Copy each line of the records that contains the word "IFCSIUNIT".

:: RAW DATA ::
####################

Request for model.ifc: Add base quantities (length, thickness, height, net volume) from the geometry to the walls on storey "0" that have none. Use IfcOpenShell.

First a look at what the model holds.

```python
import ifcopenshell
import ifcopenshell.util.element
import ifcopenshell.util.unit

model = ifcopenshell.open("model.ifc")
print(model.schema)
for unit_type in ("LENGTHUNIT", "AREAUNIT", "VOLUMEUNIT"):
    print(unit_type, ifcopenshell.util.unit.calculate_unit_scale(model, unit_type))
storey = next(s for s in model.by_type("IfcBuildingStorey") if s.Name == "0")
walls = [e for e in ifcopenshell.util.element.get_decomposition(storey) if e.is_a("IfcWall")]
for e in sorted(walls, key=lambda e: e.id()):
    print(e.id(), e.is_a(), e.Name, list(ifcopenshell.util.element.get_psets(e, qtos_only=True)), sep=" | ")
```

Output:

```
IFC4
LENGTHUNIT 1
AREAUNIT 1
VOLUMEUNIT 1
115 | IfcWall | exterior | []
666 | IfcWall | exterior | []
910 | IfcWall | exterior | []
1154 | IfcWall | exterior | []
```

```python
import ifcopenshell
import ifcopenshell.api.pset
import ifcopenshell.geom
import ifcopenshell.util.element
import ifcopenshell.util.shape
import ifcopenshell.util.unit

model = ifcopenshell.open("model.ifc")
unit_scale = ifcopenshell.util.unit.calculate_unit_scale(model)
volume_scale = ifcopenshell.util.unit.calculate_unit_scale(model, "VOLUMEUNIT")
settings = ifcopenshell.geom.settings()

storey = next(s for s in model.by_type("IfcBuildingStorey") if s.Name == "0")
walls = [e for e in ifcopenshell.util.element.get_decomposition(storey) if e.is_a("IfcWall")]

for e in sorted(walls, key=lambda e: e.id()):
    if ifcopenshell.util.element.get_psets(e, qtos_only=True, should_inherit=False):
        continue
    # Geometry comes back in metres, in the element's own axes.
    shape = ifcopenshell.geom.create_shape(settings, e)
    values = {
        "Length": ifcopenshell.util.shape.get_x(shape.geometry) / unit_scale,
        "Width": ifcopenshell.util.shape.get_y(shape.geometry) / unit_scale,
        "Height": ifcopenshell.util.shape.get_z(shape.geometry) / unit_scale,
        "NetVolume": ifcopenshell.util.shape.get_volume(shape.geometry) / volume_scale,
    }
    qto = ifcopenshell.api.pset.add_qto(model, product=e, name="Qto_WallBaseQuantities")
    ifcopenshell.api.pset.edit_qto(model, qto=qto, properties=values)
    print(e.id(), {k: round(v, 3) for k, v in values.items()})

model.write("model_edited.ifc")
```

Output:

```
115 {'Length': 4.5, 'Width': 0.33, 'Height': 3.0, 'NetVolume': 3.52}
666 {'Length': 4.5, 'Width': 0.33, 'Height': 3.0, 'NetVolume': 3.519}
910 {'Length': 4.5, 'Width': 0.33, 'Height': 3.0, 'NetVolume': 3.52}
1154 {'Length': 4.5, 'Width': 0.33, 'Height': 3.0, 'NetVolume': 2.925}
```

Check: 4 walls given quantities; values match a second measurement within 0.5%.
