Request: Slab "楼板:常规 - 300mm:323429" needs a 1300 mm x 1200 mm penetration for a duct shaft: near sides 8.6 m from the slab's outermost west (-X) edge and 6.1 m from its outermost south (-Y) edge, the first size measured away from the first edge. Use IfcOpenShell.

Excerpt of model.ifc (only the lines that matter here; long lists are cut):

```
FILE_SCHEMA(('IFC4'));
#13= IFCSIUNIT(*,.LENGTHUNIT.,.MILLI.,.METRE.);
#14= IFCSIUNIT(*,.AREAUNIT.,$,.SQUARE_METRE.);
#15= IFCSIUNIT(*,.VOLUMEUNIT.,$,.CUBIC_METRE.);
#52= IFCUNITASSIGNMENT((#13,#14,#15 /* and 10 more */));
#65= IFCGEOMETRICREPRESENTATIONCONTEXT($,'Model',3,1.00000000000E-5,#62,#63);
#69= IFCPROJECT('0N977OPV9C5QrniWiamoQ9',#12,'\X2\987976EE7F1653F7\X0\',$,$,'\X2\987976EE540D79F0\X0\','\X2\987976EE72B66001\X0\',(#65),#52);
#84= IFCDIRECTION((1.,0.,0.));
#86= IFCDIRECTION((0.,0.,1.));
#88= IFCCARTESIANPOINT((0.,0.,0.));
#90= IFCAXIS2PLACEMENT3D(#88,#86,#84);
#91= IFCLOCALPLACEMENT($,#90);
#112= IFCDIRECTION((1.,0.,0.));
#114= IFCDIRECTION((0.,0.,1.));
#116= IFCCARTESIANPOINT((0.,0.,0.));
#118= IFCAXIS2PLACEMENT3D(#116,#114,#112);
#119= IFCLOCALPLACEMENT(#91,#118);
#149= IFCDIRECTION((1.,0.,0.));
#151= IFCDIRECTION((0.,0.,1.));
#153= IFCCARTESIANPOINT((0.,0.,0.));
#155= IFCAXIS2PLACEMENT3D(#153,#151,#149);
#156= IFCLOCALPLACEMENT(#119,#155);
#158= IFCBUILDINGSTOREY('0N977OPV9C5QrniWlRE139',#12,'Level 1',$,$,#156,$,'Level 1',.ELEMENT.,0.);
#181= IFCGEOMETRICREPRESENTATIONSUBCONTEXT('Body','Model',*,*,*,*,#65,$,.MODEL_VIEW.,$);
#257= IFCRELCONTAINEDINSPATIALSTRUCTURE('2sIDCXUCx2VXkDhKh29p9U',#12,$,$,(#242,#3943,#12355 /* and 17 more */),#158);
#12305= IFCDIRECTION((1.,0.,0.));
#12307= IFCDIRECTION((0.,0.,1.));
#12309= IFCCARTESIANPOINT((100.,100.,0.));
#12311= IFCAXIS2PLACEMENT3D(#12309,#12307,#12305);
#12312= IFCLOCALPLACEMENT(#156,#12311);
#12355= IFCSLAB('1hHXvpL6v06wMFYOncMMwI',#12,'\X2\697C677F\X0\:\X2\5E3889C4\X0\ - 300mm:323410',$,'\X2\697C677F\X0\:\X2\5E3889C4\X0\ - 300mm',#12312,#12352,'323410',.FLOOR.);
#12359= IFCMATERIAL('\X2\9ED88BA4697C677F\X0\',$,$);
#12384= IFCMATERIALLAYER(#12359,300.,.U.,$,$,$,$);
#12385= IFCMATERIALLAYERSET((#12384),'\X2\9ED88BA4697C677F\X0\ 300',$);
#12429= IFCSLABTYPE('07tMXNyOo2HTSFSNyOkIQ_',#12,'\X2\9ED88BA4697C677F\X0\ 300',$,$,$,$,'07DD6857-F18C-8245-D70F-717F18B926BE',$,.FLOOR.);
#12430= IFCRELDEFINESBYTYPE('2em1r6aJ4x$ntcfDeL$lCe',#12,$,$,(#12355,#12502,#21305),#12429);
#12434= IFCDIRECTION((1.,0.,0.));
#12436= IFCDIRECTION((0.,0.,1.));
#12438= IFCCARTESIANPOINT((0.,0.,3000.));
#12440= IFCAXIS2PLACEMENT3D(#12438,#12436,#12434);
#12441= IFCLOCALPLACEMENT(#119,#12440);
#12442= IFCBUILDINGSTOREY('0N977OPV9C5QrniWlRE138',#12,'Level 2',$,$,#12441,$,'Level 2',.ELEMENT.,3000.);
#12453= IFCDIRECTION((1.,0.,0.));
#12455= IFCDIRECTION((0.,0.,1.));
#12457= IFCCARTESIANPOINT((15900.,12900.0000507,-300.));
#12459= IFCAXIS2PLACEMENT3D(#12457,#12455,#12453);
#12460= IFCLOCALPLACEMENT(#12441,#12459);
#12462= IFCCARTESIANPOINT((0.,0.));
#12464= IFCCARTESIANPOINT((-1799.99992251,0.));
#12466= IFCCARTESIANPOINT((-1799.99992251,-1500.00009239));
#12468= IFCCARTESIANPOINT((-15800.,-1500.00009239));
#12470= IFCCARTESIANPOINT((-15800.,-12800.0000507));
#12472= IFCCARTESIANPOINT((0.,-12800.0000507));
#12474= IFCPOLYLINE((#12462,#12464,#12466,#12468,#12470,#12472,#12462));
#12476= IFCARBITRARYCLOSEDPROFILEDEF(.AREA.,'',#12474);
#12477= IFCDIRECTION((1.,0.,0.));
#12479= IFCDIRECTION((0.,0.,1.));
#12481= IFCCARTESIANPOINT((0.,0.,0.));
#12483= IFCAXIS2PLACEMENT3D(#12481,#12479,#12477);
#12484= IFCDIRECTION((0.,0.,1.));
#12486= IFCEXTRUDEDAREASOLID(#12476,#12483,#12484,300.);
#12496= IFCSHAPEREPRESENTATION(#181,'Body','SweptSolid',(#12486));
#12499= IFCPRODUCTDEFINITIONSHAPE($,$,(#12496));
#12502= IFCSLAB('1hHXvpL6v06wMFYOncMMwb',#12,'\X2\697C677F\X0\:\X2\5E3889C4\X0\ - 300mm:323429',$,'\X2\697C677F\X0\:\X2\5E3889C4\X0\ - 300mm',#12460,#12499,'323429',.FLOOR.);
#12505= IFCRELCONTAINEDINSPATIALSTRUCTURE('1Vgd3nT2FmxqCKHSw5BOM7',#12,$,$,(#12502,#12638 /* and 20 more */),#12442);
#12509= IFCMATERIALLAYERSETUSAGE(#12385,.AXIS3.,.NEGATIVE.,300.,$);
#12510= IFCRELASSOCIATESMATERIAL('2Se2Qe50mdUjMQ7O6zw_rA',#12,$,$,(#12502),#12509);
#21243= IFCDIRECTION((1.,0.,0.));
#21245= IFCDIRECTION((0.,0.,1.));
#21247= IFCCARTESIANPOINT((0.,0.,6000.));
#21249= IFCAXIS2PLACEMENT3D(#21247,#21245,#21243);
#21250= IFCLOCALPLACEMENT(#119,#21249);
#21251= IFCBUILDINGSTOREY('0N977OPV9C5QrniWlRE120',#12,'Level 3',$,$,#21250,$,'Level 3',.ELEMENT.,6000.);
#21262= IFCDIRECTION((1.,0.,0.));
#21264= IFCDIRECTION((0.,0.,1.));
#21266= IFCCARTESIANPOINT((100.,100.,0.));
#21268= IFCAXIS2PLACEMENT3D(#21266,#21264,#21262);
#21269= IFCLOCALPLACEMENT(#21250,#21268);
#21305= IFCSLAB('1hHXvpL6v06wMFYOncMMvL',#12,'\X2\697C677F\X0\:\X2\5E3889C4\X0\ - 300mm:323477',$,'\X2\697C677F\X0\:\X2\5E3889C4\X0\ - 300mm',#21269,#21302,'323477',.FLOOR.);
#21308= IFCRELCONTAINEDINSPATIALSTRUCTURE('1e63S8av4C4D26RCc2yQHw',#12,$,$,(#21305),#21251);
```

```python
import numpy as np
import ifcopenshell
import ifcopenshell.api.feature
import ifcopenshell.api.geometry
import ifcopenshell.api.root
import ifcopenshell.geom
import ifcopenshell.util.placement
import ifcopenshell.util.representation
import ifcopenshell.util.shape
import ifcopenshell.util.unit

model = ifcopenshell.open("model.ifc")
unit_scale = ifcopenshell.util.unit.calculate_unit_scale(model)
settings = ifcopenshell.geom.settings()


def volume(element):
    """Net volume in cubic metres, openings subtracted."""
    shape = ifcopenshell.geom.create_shape(settings, element)
    return ifcopenshell.util.shape.get_volume(shape.geometry)


slab = model.by_guid("1hHXvpL6v06wMFYOncMMwb")
before = volume(slab)

# Extent in the slab's own axes, in metres. The edges named are its -X and -Y sides.
slab_shape = ifcopenshell.geom.create_shape(settings, slab)
vertices = ifcopenshell.util.shape.get_vertices(slab_shape.geometry)
x_min, y_min, bottom = vertices.min(axis=0)
top = vertices[:, 2].max()

opening = ifcopenshell.api.root.create_entity(model, ifc_class="IfcOpeningElement", name="Duct shaft opening", predefined_type="OPENING")
context = ifcopenshell.util.representation.get_context(model, "Model", "Body", "MODEL_VIEW")
width, depth = 1.3, 1.2
outline = [(0.0, 0.0), (width, 0.0), (width, depth), (0.0, depth), (0.0, 0.0)]
# Overshoot both faces by 50 mm so the cut is clean.
shape = ifcopenshell.api.geometry.add_slab_representation(
    model, context=context, depth=top - bottom + 0.1, polyline=outline
)
ifcopenshell.api.geometry.assign_representation(model, product=opening, representation=shape)

matrix = ifcopenshell.util.placement.get_local_placement(slab.ObjectPlacement)
matrix[:, 3] = matrix @ np.append(np.array([x_min + 8.6, y_min + 6.1, bottom - 0.05]) / unit_scale, 1.0)
ifcopenshell.api.geometry.edit_object_placement(model, product=opening, matrix=matrix, is_si=False)
ifcopenshell.api.feature.add_feature(model, feature=opening, element=slab)

after = volume(slab)

print(f"slab volume {before:.3f} -> {after:.3f} m3")

model.write("model-out.ifc")
```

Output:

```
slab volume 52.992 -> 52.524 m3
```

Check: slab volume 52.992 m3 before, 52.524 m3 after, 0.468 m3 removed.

####################

:: YOUR RESPONSE ::
#13= IFCSIUNIT(*,.LENGTHUNIT.,.MILLI.,.METRE.);
#14= IFCSIUNIT(*,.AREAUNIT.,$,.SQUARE_METRE.);
#15= IFCSIUNIT(*,.VOLUMEUNIT.,$,.CUBIC_METRE.);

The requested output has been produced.